Merge pull request ceph#64876 from zdover23/wip-doc-2025-08-07-cephfs-troubleshooting-2

zdover23 · web-flow · commit a78281e1eff7 · 2025-08-08T16:19:07.000+10:00
doc/cephfs: edit troubleshooting.rst

Reviewed-by: Venky Shankar &lt;vshankar@redhat.com&gt;
diff --git a/doc/cephfs/troubleshooting.rst b/doc/cephfs/troubleshooting.rst
@@ -105,13 +105,14 @@ Do the following when restoring your file system:
      ``refuse_client_session`` file-system setting to prevent new sessions from
      connecting to the CephFS.
 
-* **Extend the MDS heartbeat grace period.** This avoids replacing an MDS that
-  appears "stuck" during some operation. Sometimes recovery of an MDS may
-  involve an operation that takes longer than expected (from the programmer's
-  perspective). This is more likely when recovery is already taking longer than
-  normal to complete (indicated by your reading this document). Avoid
-  unnecessary replacement loops by running the following command and extending
-  the heartbeat grace period:
+* **Extend the MDS heartbeat grace period.** Doing this causes the system to
+  avoid replacing an MDS that becomes "stuck" during an operation. Sometimes
+  recovery of an MDS may involve operations that take longer than expected
+  (from the programmer's perspective). This is more likely when recovery has 
+  already taken longer than normal to complete (which, if you're reading this
+  document, is likely the situation you find yourself in).

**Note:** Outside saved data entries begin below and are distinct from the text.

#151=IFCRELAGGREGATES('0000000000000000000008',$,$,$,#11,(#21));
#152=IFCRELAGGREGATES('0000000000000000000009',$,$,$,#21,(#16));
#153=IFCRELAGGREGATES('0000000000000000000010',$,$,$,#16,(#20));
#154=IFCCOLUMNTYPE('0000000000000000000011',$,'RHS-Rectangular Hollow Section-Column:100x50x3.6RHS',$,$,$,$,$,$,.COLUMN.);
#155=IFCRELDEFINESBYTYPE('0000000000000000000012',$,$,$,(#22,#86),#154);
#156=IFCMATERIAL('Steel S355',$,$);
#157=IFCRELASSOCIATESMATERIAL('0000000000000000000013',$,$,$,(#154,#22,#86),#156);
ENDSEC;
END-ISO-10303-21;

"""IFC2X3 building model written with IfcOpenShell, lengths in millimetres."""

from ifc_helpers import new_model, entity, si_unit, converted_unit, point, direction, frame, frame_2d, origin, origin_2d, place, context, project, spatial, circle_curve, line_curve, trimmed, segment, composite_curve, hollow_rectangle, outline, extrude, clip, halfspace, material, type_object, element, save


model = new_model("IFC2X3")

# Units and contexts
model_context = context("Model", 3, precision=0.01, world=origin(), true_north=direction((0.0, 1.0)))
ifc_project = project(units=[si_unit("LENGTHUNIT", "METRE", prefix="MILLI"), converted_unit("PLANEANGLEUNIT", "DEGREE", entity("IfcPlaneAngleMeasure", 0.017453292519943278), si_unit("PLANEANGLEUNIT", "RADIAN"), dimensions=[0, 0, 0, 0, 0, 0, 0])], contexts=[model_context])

Avoid unnecessary
+  replacement loops by running the following command and extending the
+  heartbeat grace period:
 
    .. prompt:: bash #
 
@@ -125,19 +126,21 @@ Do the following when restoring your file system:
 * **Disable open-file-table prefetch.** Under normal circumstances, the MDS
   prefetches directory contents during recovery as a way of heating up its
   cache. During a long recovery, the cache is probably already hot **and
-  large**. So this behavior is unnecessary and can be undesirable. Disable
-  open-file-table prefetching by running the following command:
+  large**. If the cache is already hot and large, this prefetching is
+  unnecessary and can be undesirable. Disable open-file-table prefetching by
+  running the following command:
 
   .. prompt:: bash #
 
      ceph config set mds mds_oft_prefetch_dirfrags false
 
 * **Turn off clients.** Clients that reconnect to the newly ``up:active`` MDS
   can create new load on the file system just as it is becoming operational.

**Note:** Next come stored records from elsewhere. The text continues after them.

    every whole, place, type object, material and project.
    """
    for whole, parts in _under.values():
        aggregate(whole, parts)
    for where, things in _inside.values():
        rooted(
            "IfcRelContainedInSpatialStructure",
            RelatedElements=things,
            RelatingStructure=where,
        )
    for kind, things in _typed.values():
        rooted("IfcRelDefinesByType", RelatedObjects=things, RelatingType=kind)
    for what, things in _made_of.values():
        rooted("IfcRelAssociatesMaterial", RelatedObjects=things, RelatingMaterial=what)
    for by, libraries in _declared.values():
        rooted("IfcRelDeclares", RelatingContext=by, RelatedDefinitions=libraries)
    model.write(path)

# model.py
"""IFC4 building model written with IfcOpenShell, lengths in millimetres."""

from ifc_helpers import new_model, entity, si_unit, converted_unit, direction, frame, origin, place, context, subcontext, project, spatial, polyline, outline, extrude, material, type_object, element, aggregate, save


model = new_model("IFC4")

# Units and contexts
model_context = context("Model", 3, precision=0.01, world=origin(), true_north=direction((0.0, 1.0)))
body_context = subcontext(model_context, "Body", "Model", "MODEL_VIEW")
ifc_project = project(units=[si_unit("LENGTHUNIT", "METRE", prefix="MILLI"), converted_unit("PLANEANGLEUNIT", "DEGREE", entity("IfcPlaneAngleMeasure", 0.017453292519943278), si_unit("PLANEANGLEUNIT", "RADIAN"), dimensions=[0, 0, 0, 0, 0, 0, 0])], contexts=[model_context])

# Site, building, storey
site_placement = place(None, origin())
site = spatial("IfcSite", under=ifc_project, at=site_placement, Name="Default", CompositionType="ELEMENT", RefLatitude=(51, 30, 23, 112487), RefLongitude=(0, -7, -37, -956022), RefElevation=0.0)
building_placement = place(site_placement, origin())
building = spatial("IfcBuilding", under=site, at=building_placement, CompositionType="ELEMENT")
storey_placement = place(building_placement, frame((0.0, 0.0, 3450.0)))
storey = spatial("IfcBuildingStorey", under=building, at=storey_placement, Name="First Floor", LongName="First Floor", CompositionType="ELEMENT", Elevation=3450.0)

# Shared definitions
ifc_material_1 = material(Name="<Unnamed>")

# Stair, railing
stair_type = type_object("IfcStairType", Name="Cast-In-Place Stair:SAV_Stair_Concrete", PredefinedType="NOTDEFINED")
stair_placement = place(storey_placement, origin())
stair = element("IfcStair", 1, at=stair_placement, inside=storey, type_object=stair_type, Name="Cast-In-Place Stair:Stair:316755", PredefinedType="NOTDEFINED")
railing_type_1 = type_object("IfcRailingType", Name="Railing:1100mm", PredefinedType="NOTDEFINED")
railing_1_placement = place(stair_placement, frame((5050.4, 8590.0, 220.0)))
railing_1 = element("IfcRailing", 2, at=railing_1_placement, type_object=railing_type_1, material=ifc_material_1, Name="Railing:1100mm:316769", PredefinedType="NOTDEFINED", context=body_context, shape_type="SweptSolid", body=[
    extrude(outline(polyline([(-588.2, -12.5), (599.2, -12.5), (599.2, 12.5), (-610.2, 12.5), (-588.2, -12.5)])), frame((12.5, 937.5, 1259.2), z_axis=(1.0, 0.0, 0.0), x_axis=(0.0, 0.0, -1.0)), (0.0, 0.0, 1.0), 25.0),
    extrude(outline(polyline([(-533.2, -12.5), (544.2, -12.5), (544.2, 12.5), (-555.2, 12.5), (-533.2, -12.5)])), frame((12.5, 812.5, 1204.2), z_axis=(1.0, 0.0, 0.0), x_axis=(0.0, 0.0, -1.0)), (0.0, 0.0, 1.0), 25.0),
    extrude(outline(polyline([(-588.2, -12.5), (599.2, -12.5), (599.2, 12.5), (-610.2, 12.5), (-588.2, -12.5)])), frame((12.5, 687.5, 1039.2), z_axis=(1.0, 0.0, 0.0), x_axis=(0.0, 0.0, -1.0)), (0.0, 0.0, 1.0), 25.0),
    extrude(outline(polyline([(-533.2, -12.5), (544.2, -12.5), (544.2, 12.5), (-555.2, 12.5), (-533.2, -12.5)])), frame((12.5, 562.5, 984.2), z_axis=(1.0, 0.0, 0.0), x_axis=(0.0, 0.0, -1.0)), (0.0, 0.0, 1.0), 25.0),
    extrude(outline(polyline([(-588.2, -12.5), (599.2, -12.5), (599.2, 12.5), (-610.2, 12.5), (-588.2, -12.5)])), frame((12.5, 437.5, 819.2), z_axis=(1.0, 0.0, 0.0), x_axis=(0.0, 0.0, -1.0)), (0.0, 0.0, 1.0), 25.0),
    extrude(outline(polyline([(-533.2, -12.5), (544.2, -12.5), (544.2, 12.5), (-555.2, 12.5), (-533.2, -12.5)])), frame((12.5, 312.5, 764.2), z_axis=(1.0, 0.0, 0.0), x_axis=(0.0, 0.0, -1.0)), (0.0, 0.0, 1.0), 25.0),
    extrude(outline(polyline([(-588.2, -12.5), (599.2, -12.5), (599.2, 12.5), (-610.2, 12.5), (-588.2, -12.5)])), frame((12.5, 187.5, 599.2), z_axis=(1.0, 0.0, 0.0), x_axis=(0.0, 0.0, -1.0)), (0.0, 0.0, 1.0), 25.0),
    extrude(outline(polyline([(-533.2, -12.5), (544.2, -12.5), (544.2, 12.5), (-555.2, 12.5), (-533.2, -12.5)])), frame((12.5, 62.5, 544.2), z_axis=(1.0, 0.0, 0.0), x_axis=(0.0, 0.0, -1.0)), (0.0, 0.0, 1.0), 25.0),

-  Maintenance is often necessary before allowing clients to connect to the file
-  system and resuming a regular workload. For example, expediting the trimming
-  of journals may be advisable if the recovery took a long time because replay
-  was reading a very large journal.
+  This is often undesirable. Maintenance is often necessary before allowing
+  clients to connect to the file system and before resuming a regular workload.

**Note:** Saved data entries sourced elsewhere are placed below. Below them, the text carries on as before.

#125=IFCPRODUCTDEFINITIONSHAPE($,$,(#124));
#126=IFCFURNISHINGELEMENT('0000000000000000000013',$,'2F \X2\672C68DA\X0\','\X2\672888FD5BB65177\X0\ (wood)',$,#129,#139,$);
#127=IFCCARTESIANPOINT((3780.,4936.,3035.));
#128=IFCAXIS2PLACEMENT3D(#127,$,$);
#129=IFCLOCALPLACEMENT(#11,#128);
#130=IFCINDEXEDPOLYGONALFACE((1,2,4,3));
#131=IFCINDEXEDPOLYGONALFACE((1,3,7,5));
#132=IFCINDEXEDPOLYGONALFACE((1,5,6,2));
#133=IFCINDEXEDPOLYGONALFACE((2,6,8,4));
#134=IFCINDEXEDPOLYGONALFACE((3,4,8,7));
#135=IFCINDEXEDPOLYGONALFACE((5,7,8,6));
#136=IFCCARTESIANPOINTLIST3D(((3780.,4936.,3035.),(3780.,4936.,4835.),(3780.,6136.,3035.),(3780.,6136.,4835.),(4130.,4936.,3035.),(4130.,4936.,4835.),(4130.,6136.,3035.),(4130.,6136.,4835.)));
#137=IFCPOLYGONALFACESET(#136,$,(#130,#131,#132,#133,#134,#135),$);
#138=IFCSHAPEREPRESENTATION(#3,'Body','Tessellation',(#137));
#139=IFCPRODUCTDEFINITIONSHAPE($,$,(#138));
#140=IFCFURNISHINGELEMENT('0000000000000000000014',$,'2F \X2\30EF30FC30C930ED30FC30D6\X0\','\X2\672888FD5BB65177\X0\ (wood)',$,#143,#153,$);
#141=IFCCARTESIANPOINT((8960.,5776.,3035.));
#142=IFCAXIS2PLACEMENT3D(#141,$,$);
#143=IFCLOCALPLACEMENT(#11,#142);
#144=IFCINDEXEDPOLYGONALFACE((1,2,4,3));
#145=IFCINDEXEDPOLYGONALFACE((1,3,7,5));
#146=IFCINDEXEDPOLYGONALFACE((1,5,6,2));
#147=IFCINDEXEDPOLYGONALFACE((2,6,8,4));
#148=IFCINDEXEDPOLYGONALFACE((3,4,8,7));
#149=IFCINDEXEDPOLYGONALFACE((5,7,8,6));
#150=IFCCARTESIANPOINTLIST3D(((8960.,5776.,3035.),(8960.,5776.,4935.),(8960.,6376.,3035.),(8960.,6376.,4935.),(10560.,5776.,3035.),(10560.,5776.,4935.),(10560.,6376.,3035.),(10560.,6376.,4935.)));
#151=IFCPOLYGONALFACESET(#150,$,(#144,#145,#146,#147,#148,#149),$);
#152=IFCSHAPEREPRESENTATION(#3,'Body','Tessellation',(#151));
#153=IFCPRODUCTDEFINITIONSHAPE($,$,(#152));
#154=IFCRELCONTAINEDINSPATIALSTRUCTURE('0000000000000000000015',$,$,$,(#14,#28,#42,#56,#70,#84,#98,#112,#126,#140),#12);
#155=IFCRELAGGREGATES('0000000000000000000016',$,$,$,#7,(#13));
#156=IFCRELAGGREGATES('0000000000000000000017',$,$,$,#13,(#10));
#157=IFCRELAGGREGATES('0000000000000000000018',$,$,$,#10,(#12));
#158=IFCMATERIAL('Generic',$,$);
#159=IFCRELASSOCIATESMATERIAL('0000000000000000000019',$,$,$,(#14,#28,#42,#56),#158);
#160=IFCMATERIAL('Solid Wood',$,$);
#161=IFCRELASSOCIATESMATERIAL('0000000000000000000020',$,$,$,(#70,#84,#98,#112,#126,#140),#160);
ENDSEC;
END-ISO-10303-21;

+  For example, expediting the trimming of journals may be advisable if the
+  recovery took a long time due to the amount of time replay spent in reading a
+  very large journal.
 
   Client sessions can be refused manually, or by using the
   ``refuse_client_session`` tunable as in the following command: 
@@ -149,9 +152,9 @@ Do the following when restoring your file system:
   This command has the effect of preventing clients from establishing new
   sessions with the MDS.
 
-* **Do not tweak max_mds.** Modifying the file system setting variable
-  ``max_mds`` is sometimes thought to be good step during troubleshooting or
-  recovery. But modifying ``max_mds`` might have the effect of further
+* **Do not tweak max_mds.** Modifying the file-system setting variable
+  ``max_mds`` may seem like a good idea during troubleshooting and recovery,
+  but it probably isn't. Modifying ``max_mds`` might have the effect of further
   destabilizing the cluster. If ``max_mds`` must be changed in such
   circumstances, run the command to change ``max_mds`` with the confirmation
   flag (``--yes-i-really-mean-it``).